All hail Amy Schumer, Queen of keepin’ it real. After being named “Trailblazer” by Glamour, the stand-up star gave the most relatable and, possibly, best acceptance speech ever.

“I’m not nervous,” she reassured the audience to start. Anyone familiar with her knows there is no way possible speaking in front of an audience would phase Schumer who refuses to feel shame. Setting the mood, she slightly mocked the absurdity of the red carpet media.

“Somebody on the red carpet was like, ‘do you feel out of place?’ And I’m like, of course not. I’m, look, I’m very glamorous.”

In true Amy form she then defined her glamour as losing her front teeth fifth-grade-late and getting her period fifth-grade-early.

“I have one of those moms that’s like,’ you don’t need to shave above your knees!’ I was just a werewolf. Christopher Robins from here down.”

Schumer then took the time to thank Glamour for not treating her like your everyday female comedian during their photo shoot. She was very into them not forcing her to pose with some sort of ejaculating dick and used her new award to mimic the various phallic props she’d been encouraged to use before.

“Glamour your the first magazine that’s like, ‘smile.’ And I’m like [looks around] where’s the dick? And they were like, ‘no, just be you.'”

She continues on sending her adorations for helping her to not apologize for who she is, letting her love the skin she’s in, and helping her not strive to not be some other version of herself. This is of course after indulging in the story of the guy who asked her to go out mid-day, to what she thought was a regular date but, in reality he was blacked out after being out all night.
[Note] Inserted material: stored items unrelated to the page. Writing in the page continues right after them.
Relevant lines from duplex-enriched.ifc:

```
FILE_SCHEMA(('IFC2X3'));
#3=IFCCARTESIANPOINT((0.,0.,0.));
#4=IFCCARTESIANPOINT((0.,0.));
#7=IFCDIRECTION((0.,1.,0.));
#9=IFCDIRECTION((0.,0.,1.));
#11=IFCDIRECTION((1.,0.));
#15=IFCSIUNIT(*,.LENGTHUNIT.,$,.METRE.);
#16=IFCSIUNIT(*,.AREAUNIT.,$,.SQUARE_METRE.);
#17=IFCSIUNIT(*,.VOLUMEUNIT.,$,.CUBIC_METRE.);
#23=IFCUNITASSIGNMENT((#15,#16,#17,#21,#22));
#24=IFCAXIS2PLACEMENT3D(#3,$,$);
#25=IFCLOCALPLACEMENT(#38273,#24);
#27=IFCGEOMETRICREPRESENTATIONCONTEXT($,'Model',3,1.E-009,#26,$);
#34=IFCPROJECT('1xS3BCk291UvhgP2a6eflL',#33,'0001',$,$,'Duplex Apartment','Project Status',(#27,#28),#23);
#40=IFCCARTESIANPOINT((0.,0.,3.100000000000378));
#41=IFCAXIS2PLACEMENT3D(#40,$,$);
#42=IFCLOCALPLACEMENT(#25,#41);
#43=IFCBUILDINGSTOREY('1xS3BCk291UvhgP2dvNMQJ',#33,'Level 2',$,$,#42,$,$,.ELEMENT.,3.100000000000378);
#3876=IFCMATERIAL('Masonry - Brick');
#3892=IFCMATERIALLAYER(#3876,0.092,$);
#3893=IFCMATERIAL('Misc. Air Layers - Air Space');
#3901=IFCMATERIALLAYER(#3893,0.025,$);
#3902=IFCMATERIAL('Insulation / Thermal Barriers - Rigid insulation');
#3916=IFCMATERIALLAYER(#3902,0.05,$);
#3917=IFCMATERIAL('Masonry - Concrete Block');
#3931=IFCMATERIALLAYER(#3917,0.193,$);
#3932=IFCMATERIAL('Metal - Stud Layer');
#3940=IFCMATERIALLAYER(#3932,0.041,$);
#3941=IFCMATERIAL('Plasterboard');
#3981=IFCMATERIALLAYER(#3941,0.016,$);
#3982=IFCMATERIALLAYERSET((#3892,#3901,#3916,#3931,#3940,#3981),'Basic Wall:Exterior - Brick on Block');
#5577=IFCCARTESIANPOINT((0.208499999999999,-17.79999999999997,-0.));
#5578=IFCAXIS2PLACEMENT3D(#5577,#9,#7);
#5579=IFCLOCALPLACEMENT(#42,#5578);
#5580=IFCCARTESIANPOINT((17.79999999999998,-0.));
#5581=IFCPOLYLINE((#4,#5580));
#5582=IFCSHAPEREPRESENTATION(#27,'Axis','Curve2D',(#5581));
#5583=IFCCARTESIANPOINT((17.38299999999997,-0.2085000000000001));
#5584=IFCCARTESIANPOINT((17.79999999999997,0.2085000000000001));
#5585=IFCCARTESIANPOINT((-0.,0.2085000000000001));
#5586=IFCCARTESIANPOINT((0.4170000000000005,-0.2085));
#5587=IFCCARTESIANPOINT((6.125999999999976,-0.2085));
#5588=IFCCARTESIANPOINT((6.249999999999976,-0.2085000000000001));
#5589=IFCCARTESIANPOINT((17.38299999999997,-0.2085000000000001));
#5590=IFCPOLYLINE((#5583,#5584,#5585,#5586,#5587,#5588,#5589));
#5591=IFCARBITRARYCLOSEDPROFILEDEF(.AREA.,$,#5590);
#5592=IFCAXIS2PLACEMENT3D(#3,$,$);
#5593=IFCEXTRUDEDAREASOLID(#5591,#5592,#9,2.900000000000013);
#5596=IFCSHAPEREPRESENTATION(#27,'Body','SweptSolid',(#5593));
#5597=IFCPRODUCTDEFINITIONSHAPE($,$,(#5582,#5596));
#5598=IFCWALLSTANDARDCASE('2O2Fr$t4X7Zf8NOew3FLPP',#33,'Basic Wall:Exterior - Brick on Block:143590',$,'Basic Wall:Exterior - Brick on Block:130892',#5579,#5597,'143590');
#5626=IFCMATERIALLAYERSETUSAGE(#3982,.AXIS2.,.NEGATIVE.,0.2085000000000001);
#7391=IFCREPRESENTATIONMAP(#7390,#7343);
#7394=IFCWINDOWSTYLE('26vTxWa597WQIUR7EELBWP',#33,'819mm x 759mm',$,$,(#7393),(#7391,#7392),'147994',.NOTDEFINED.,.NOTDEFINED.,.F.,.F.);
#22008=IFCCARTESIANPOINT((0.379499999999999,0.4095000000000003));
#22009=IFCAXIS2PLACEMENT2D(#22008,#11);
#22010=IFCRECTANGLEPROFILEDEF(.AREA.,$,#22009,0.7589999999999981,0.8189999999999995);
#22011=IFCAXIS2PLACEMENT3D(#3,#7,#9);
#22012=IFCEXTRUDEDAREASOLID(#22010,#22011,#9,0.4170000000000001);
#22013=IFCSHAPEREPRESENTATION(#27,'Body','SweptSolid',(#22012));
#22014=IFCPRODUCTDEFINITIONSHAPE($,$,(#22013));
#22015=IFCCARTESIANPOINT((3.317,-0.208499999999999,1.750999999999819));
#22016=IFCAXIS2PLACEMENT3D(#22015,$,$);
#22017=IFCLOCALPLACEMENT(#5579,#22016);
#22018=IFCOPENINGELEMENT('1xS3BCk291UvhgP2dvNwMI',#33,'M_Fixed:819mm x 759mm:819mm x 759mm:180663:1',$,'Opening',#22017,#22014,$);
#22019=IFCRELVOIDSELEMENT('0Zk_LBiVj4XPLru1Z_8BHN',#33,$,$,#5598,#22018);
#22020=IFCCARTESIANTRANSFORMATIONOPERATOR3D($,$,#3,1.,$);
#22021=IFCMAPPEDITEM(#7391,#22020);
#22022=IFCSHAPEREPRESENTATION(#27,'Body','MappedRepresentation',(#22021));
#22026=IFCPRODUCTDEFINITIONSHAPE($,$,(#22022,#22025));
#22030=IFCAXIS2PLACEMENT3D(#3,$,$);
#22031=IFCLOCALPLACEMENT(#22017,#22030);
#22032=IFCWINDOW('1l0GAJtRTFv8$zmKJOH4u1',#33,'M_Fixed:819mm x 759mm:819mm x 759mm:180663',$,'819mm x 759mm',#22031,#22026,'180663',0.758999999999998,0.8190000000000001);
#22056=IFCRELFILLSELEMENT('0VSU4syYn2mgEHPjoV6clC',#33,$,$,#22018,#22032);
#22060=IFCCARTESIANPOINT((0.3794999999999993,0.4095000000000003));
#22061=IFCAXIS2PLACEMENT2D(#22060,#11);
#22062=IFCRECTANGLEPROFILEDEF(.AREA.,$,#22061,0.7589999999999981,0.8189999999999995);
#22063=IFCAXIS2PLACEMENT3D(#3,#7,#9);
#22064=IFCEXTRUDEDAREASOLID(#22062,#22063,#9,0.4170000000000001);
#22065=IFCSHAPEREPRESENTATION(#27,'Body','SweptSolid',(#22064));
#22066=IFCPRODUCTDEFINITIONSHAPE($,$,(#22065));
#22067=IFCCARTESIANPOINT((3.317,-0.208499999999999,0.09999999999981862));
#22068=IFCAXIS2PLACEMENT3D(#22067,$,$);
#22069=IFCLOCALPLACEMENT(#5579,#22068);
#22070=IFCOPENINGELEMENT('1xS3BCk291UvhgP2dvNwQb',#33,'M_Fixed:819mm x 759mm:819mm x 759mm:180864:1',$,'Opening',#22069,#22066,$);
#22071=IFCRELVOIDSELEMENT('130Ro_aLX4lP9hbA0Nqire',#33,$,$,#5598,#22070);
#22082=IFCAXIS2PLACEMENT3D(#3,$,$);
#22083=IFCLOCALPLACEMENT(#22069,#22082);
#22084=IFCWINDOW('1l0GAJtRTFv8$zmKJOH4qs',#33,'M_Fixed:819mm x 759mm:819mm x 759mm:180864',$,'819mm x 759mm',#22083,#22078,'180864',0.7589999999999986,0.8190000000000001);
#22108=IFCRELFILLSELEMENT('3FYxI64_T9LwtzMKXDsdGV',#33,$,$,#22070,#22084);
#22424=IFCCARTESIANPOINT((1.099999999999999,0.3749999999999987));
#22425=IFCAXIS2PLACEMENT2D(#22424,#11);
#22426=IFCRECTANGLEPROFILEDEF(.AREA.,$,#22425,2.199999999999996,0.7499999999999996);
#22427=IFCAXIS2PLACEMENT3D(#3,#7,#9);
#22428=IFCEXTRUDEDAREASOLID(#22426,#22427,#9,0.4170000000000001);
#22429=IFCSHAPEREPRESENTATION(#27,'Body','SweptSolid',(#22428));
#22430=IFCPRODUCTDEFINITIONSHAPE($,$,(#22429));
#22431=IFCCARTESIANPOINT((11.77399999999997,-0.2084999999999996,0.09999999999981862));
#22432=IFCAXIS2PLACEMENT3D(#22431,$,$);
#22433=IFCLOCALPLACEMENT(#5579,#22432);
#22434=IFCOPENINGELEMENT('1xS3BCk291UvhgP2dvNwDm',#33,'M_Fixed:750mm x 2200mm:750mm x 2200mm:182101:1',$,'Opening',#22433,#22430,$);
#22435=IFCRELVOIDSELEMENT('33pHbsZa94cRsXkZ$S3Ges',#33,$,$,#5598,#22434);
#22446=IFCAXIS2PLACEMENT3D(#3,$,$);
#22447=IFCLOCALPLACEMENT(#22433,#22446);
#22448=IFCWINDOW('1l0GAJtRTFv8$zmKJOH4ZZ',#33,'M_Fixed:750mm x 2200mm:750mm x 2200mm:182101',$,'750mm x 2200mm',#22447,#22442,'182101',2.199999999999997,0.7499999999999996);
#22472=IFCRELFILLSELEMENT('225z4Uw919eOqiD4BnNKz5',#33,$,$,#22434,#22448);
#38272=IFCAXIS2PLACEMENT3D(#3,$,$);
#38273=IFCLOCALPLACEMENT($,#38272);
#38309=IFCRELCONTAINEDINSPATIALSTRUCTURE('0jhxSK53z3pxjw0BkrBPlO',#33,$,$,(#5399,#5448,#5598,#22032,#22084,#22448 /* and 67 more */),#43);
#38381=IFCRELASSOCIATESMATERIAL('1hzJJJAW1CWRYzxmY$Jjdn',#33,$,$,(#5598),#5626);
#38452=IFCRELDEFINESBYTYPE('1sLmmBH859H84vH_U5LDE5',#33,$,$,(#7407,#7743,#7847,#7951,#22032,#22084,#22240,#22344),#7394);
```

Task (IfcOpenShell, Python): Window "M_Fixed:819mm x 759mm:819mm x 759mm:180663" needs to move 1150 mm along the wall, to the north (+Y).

```python
import ifcopenshell
import ifcopenshell.api.geometry
import ifcopenshell.util.placement
import ifcopenshell.util.unit

model = ifcopenshell.open("duplex-enriched.ifc")
unit_scale = ifcopenshell.util.unit.calculate_unit_scale(model)

window = model.by_guid("1l0GAJtRTFv8$zmKJOH4u1")
opening = window.FillsVoids[0].RelatingOpeningElement
wall = opening.VoidsElements[0].RelatingBuildingElement

wall_matrix = ifcopenshell.util.placement.get_local_placement(wall.ObjectPlacement)
shift = wall_matrix[:3, 0] * 1.15 / unit_scale
before = ifcopenshell.util.placement.get_local_placement(window.ObjectPlacement)[:3, 3].copy()

# The window is placed relative to its opening, so it follows when the opening moves.
matrix = ifcopenshell.util.placement.get_local_placement(opening.ObjectPlacement)
matrix[:3, 3] += shift
ifcopenshell.api.geometry.edit_object_placement(
    model, product=opening, matrix=matrix, is_si=False, should_transform_children=True
)

after = ifcopenshell.util.placement.get_local_placement(window.ObjectPlacement)[:3, 3]
print("window moved by", (after - before).round(3) + 0.0)

model.write("duplex-enriched_edited.ifc")
```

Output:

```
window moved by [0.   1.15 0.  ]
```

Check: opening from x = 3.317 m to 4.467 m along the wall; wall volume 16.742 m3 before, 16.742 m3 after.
To the agreement of all girls everywhere, she talked about how she usually trashes women’s magazines.

“They make you feel bad for just being born with a pussy, they’re just like, “get your pussy that new car smell” and you’re like what? ‘Hang a pine cone from your clit,’ and you’re like okay”

It’s real. Until that moment I was considering buying myself a clit pine cone… Ahem. Anyways, finally the pinnacle of her speech was her listing her goals for the night.

“Tonight I had one goal and that was to take my underwear off at the end of the night and not look like I blew my nose in it. And don’t look disgusted guys ‘cus your underwear looks like a coal miner wiped their brow… At the end of his shift”

In a beautiful conclusion she thanked Goldie Hawn for being Goldie Hawn, made sure she burned all her bridges and said goodnight. All in all though, the best moment was when she described herself as a normal girl, I’ll leave you with that quote:

“I’m probably like 160 lbs right now and I can catch a dick whenever I want. Like, that’s the truth. It’s not a problem.”